All Eyes Today on SC as Farm Workers, Cojuangco-Aquinos Battle Over Luisita

Lawmaker says Supreme Court itself will be on trial. “The Hacienda Luisita land dispute is the first acid test of the Supreme Court under the Aquino administration. The Cojuangco-Aquinos have put the Supreme Court on trial here,” says Anakpawis Rep. Rafael Mariano.


MANILA — Farm workers belonging to Alyansa ng Manggagawang Bukid sa Hacienda Luisita (Ambala) will troop today to the Supreme Court to reiterate their demand to revoke the stock distribution option (SDO) and distribute Hacienda Luisita, the sugar estate owned by President Benigno S. Aquino III and his family.

The SC will hold today oral arguments on the petition for certiorari filed by the Hacienda Luisita Inc. (HLI) management against the 2005 resolution of the Presidential Agrarian Reform Council (PARC) and Department of Agrarian Reform revoking the SDO and ordering the distribution of land to the farm workers.

Today’s oral arguments is the “first agrarian dispute to be heard by justices in open court and involves the President’s landlord clan,” said Anakpawis Rep. Rafael Mariano. “We call on the Supreme Court justices to put an end to the historical injustice suffered by landless farmers and farm workers of Hacienda Luisita at the hands of the Cojuangcos.”

To evade land distribution, HLI in 1989 implemented the SDO as one of the non-land transfer schemes stated in the Comprehensive Agrarian Reform Law (CARL).

In its resolution, the PARC said that the policy of “no-work no-shares” – workers who supposedly co-own the hacienda do not earn shares if they do not work — is contrary to law and public policy. It also said the setup under the 1989 memorandum of agreement is one-sided in favor of the HLI and that the farm workers remain ordinary farmers and the land remain under the full ownership and control HLI. It concluded that the farm workers’ economic conditions become onerous, their lives becoming more miserable.
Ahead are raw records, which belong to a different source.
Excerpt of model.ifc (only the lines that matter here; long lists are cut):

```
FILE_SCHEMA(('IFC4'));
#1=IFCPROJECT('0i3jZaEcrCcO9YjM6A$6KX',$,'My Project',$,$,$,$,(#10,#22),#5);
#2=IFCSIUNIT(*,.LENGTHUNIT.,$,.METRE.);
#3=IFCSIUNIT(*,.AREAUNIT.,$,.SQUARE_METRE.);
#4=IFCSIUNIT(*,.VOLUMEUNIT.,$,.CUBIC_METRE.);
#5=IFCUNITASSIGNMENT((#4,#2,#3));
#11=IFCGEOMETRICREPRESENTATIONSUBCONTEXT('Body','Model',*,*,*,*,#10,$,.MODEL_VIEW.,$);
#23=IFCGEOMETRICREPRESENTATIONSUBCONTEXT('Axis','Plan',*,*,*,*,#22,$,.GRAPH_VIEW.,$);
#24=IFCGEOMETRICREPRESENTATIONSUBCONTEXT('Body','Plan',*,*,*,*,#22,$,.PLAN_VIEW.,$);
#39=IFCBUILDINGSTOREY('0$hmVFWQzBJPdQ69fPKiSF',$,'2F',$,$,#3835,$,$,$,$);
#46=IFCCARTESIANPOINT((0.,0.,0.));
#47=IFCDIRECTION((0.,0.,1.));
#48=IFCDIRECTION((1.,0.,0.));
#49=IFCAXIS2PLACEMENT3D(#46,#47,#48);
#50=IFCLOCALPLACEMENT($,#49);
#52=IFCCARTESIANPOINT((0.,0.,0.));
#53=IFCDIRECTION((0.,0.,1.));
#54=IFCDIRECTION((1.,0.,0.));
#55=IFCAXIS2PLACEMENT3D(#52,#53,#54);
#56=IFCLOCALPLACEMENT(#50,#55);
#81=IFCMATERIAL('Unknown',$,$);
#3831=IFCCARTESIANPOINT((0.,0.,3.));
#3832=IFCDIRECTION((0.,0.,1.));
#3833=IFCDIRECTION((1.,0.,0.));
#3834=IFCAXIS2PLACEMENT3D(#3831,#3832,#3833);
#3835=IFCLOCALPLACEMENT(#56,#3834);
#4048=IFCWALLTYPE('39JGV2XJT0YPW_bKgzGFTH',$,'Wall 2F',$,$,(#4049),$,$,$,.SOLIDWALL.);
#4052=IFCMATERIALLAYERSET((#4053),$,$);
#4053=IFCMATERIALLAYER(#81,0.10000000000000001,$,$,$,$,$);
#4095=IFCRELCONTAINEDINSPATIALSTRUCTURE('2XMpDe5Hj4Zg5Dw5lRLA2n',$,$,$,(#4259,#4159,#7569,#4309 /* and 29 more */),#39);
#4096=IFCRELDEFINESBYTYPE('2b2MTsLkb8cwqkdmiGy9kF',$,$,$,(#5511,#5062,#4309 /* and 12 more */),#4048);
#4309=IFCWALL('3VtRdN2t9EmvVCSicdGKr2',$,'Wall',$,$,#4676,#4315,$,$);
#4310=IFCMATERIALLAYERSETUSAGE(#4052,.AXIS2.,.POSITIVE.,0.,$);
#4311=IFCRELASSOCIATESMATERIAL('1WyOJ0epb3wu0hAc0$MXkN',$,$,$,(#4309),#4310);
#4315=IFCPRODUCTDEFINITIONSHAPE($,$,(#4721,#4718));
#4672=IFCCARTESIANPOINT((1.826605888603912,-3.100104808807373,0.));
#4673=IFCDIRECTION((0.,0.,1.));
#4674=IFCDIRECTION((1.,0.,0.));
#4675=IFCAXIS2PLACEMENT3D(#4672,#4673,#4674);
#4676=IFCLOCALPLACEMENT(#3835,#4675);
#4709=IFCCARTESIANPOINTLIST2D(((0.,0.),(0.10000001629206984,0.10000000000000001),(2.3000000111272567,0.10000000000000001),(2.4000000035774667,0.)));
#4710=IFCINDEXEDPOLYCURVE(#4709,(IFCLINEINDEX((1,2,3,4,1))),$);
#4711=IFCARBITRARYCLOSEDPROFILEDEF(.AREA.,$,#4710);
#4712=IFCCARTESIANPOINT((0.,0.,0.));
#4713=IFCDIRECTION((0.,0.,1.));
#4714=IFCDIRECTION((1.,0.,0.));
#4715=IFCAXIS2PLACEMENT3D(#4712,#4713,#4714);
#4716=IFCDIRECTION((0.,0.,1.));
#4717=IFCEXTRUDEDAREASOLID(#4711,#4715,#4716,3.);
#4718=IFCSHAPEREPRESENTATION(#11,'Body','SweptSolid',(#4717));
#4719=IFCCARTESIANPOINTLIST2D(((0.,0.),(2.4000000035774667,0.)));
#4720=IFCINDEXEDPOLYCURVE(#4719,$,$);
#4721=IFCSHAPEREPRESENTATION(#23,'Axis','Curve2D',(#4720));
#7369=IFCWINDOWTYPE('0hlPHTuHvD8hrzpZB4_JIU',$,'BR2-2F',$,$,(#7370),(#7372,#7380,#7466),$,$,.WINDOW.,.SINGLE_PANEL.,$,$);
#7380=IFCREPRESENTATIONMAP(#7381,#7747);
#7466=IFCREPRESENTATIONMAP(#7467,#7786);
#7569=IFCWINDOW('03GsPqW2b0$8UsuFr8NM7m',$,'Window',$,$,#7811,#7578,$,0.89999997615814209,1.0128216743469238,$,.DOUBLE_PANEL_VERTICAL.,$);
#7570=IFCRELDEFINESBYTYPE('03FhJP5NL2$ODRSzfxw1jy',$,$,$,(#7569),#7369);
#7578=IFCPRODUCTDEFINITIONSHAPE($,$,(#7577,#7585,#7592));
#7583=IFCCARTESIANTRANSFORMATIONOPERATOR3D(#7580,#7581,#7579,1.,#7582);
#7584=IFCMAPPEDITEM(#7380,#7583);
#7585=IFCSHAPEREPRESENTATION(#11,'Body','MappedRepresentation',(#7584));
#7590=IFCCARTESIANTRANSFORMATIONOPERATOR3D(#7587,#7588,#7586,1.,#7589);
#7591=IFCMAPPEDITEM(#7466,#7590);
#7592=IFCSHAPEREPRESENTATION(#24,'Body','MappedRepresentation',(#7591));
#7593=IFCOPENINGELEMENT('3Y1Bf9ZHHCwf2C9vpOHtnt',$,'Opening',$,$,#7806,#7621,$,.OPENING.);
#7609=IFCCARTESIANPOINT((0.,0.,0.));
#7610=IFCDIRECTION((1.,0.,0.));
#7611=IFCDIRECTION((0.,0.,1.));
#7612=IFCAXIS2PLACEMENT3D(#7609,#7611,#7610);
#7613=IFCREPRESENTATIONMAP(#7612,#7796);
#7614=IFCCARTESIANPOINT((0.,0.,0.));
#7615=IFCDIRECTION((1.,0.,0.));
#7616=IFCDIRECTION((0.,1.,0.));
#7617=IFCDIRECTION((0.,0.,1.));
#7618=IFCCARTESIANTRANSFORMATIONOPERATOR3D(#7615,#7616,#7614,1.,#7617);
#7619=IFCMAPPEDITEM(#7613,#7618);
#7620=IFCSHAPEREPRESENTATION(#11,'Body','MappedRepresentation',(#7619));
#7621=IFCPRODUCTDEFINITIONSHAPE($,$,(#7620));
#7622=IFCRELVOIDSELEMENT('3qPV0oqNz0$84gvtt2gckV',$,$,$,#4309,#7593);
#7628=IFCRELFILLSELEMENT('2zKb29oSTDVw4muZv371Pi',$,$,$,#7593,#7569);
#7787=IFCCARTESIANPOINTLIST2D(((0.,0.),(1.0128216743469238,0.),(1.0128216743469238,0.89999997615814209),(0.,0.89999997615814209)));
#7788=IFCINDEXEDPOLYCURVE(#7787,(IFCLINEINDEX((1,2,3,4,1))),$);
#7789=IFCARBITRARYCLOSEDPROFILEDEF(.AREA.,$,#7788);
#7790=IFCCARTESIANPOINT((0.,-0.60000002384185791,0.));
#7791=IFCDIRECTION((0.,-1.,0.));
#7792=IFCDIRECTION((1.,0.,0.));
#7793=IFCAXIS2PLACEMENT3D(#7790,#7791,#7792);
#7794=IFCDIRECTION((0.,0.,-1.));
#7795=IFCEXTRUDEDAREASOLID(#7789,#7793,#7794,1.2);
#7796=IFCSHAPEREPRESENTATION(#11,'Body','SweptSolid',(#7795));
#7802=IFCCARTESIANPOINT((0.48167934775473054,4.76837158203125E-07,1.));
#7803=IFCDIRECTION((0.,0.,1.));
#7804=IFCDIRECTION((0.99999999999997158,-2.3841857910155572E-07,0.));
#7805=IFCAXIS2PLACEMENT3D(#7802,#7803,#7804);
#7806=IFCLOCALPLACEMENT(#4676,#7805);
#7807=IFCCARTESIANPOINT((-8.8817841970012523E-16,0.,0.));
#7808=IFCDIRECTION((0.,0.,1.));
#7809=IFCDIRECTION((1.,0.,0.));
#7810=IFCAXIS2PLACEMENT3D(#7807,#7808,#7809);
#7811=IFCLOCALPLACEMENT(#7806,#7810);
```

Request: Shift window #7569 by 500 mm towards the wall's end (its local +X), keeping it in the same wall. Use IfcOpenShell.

```python
import ifcopenshell
import ifcopenshell.api.geometry
import ifcopenshell.util.placement
import ifcopenshell.util.unit

model = ifcopenshell.open("model.ifc")
unit_scale = ifcopenshell.util.unit.calculate_unit_scale(model)

window = model.by_guid("03GsPqW2b0$8UsuFr8NM7m")
opening = window.FillsVoids[0].RelatingOpeningElement
wall = opening.VoidsElements[0].RelatingBuildingElement

wall_matrix = ifcopenshell.util.placement.get_local_placement(wall.ObjectPlacement)
shift = wall_matrix[:3, 0] * 0.5 / unit_scale
before = ifcopenshell.util.placement.get_local_placement(window.ObjectPlacement)[:3, 3].copy()

# The window is placed relative to its opening, so it follows when the opening moves.
matrix = ifcopenshell.util.placement.get_local_placement(opening.ObjectPlacement)
matrix[:3, 3] += shift
ifcopenshell.api.geometry.edit_object_placement(
    model, product=opening, matrix=matrix, is_si=False, should_transform_children=True
)

after = ifcopenshell.util.placement.get_local_placement(window.ObjectPlacement)[:3, 3]
print("window moved by", (after - before).round(3) + 0.0)

model.write("model_v2.ifc")
```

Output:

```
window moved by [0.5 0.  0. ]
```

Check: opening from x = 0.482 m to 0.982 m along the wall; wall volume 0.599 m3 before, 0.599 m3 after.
According to the guidelines released by the high court, the oral arguments will focus on the following:

* Whether or not PARC has jurisdiction, power and/or authority to revoke the 1989 SDO agreement, and whether the council, in 2006, followed due process in ordering the revocation of the agreement;

* Whether or not there is a legal basis to revoke the SDO agreement;

* Whether the DAR and PARC are the real parties-in-interest in the case;

* “Whether or not the rights, obligations, and remedies of the parties to the SDOA are now governed by the Corporation Code and not by the Comprehensive Agrarian Reform Law;” and

* “Whether Luisita Industrial Park Corporation (LIPCO) and Rizal Commercial Banking Corporation (RCBC), as transferees of a portion of Hacienda Luisita, may invoke the doctrine of innocent purchaser for value in the instant case.”

But Gleoresty Guerra, assistant chief of the Supreme Court public information office, said the oral arguments may also discuss the controversial compromise deal hatched by HLI management on Aug. 6. The HLI management and persons claiming to be representatives of the farm workers signed a compromise agreement. The so-called deal purportedly offers two options: SDO or land, and the HLI management claimed that the farm workers voted for SDO, the same scheme that led to the death of seven striking farm workers in the 2004 massacre.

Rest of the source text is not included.